This way you can eliminate the use of an external file.

----------


## SuitedAces

http://word.mvps.org/FAQS/MacrosVBA/...eClipboard.htm

----------


## Riorin

> As far as the source code goes, at this point I'm not convinced that parsing it would be any less time consuming than working with the HTML Document Object .



It wouldn't, parsing it would be certainly more time-consuming. I just don't know how to access HTML DOM programtically.

----------


## SuitedAces

Give me a liitle time and I will put together a sub that will demonstrate the htlm doc properties that I am familiar with .
With these I was able to write the procedure in the example I uploaded.
Also I will find some links for the HTML Document Object Model (HTML DOM) reference.

----------


## SuitedAces

Riorin here is a link to the HTML reference that I was using to determine what properties I could get from the html doc.
http://msdn2.microsoft.com/en-us/lib...9(VS.85).aspx#

I attached a procedure that I am working on to break  Html docs down into elements after downloading.

Placing the URL in B2 on the sheet will not work.( bugs)
So for now I have the URL of the webpage that you gave me  hardcoded in the procedure (you'll see it in the sheet module)

So just run it and see that what it does is break out the htlm doc into various properties.
Those are the properties that I used for downloading the scores in the other workbook I uploaded.

The idea being that you look down the worksheet and match those elements to the webpage.

From there you can start to write a procedure that extracts the information you need from the html doc.


You aren't limited to the properties you see me using . 
But those are some of the properties I was able find success with.

It might the case that not all of the properties that are contained in the HTLM reference are available in Excel.

What I did was go through the reference and play around with the properties of the html doc by trial and error.

----------


## Riorin

Great stuff SuitedAces.
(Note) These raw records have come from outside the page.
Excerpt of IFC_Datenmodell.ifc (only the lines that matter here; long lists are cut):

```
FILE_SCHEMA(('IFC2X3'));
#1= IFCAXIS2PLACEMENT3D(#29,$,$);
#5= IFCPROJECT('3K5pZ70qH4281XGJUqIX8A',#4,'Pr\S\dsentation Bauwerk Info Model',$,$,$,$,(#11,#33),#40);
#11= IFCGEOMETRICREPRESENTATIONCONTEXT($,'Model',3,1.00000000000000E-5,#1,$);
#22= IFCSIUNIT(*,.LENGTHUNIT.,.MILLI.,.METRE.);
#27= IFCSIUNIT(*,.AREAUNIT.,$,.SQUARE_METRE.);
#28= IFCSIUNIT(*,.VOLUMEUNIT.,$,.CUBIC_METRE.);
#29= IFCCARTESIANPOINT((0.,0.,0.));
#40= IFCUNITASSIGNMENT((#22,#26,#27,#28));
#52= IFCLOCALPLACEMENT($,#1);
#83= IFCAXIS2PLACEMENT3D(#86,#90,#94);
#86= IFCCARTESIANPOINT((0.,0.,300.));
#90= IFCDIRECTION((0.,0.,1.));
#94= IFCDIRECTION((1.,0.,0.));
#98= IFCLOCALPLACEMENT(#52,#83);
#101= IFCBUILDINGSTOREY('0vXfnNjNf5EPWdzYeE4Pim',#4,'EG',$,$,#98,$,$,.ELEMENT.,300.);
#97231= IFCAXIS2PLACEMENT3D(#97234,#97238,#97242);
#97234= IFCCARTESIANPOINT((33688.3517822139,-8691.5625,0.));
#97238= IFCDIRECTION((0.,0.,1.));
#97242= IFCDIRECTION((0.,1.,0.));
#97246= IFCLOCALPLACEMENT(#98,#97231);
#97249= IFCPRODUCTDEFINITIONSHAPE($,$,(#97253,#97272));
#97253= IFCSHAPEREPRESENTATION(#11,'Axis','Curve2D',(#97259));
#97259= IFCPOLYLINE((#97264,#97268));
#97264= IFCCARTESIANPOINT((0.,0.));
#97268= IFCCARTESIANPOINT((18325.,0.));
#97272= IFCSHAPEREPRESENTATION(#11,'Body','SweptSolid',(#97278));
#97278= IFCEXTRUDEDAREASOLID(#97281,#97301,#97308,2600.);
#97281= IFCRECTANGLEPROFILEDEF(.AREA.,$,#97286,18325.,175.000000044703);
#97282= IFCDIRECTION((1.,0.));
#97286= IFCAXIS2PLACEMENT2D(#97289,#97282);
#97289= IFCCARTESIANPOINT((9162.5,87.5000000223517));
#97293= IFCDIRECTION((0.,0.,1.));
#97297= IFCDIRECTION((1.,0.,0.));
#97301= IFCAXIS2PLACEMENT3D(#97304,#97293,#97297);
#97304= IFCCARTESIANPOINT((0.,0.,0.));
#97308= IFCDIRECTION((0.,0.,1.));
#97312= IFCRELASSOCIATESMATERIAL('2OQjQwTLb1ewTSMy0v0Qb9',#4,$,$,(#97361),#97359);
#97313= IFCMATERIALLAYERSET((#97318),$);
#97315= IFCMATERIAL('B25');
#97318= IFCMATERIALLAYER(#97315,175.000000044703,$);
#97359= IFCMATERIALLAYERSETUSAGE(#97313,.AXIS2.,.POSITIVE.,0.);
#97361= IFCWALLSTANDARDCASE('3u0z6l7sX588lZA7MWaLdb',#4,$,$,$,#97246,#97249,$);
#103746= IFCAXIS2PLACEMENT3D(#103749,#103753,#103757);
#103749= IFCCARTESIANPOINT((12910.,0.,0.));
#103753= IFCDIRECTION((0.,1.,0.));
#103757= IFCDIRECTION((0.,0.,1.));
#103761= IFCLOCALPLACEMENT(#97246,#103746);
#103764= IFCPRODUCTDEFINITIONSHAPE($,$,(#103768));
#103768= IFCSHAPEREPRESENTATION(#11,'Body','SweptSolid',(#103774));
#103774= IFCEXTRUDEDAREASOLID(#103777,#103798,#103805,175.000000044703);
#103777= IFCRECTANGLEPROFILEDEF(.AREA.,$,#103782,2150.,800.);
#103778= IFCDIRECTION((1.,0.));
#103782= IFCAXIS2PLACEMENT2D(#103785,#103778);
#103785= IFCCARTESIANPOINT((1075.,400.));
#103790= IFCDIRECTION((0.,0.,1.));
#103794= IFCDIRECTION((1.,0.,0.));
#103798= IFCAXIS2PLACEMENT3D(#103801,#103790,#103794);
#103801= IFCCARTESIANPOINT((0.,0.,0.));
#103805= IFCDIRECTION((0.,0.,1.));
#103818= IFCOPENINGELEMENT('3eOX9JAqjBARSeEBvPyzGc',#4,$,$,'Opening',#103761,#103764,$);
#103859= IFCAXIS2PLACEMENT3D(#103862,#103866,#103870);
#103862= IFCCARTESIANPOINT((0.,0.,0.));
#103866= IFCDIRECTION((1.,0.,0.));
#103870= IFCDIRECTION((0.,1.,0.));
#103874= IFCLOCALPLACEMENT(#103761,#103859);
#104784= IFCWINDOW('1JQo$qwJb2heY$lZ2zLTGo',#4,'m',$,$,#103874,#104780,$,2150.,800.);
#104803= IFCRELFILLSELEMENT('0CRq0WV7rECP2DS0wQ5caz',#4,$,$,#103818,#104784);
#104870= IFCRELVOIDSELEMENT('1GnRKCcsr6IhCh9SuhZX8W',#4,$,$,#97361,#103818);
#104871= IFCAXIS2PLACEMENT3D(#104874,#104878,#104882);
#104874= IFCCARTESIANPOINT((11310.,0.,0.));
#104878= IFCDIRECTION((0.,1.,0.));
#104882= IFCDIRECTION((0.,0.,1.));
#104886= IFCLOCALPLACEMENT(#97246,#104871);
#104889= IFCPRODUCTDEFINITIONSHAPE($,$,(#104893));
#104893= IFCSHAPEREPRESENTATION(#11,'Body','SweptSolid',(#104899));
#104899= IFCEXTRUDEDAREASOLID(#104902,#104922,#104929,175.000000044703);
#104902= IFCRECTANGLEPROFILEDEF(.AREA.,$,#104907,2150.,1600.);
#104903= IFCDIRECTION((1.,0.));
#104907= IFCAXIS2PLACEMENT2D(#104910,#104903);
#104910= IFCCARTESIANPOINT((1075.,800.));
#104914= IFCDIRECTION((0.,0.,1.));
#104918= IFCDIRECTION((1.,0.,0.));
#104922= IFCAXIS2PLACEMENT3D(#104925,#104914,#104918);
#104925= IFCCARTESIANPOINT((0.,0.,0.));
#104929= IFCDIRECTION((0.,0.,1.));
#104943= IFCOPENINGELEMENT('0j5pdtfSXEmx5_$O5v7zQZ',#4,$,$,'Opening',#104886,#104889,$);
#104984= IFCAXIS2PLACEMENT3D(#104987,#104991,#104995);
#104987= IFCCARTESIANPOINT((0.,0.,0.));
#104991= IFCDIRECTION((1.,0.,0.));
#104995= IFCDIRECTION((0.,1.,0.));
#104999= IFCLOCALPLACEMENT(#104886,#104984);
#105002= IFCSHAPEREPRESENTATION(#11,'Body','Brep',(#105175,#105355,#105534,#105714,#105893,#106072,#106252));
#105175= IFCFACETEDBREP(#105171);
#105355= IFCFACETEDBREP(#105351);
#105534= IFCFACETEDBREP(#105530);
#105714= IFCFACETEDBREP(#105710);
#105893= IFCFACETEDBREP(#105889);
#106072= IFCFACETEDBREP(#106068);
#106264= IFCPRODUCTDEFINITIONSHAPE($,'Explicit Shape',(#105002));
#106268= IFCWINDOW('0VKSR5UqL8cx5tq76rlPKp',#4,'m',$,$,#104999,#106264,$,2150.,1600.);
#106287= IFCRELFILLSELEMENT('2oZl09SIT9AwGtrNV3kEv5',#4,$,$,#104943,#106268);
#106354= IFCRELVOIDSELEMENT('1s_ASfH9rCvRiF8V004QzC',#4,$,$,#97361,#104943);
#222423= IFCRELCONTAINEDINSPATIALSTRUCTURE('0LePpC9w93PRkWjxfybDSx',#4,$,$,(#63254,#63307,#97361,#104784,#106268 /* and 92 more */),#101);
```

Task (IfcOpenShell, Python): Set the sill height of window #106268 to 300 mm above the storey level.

```python
import numpy as np
import ifcopenshell
import ifcopenshell.api.geometry
import ifcopenshell.geom
import ifcopenshell.util.element
import ifcopenshell.util.placement
import ifcopenshell.util.shape
import ifcopenshell.util.unit

model = ifcopenshell.open("IFC_Datenmodell.ifc")
unit_scale = ifcopenshell.util.unit.calculate_unit_scale(model)

window = model.by_guid("0VKSR5UqL8cx5tq76rlPKp")
opening = window.FillsVoids[0].RelatingOpeningElement
storey = ifcopenshell.util.element.get_container(window, ifc_class="IfcBuildingStorey")
level = ifcopenshell.util.placement.get_local_placement(storey.ObjectPlacement)[2, 3]

# The opening's origin need not be at the sill, so measure its lowest point.
shape = ifcopenshell.geom.create_shape(ifcopenshell.geom.settings(), opening)
bottom = ifcopenshell.util.shape.get_shape_bottom_elevation(shape, shape.geometry) / unit_scale
dz = level + 300.0 - bottom

shift = np.array([0.0, 0.0, dz])
# The window is placed relative to its opening, so it follows when the opening moves.
matrix = ifcopenshell.util.placement.get_local_placement(opening.ObjectPlacement)
matrix[:3, 3] += shift
ifcopenshell.api.geometry.edit_object_placement(
    model, product=opening, matrix=matrix, is_si=False, should_transform_children=True
)

print(f"moved by {dz * unit_scale:+.3f} m")

model.write("IFC_Datenmodell_v2.ifc")
```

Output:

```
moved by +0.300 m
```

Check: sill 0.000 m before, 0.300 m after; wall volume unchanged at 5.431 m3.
Thanks a ton!

----------


## SuitedAces

Also be aware of properies like length which will give you counts  of collection.

If you break out the elements from the webpage that the hockey download uses and then compare that to the finished code you will get a very good idea on how you can use the properties of the html doc.

I had a problem downloading the second file I gave you when setting IE.visible = false , so there still are a few minor bugs in that code.

----------


## delveneto

Yes, very nice stuff, thank you!  I was looking for the solution to the same problem (grabbing an html page source code since web query won't work in the page that I want to parse), _Almighty Google_  :Smilie:  directed me to this page, and I register just to take a look at your code and found something amazing.

----------


## ne0phyte

This stuff is just what I was looking for but i can't seem to download the attachments. Can someone advise. Thanks

----------


## londolozi

I am trying to automate a Web query that pastes the data on a spreadsheet.
It seems I am 95% there however yet an inch is as good as a mile.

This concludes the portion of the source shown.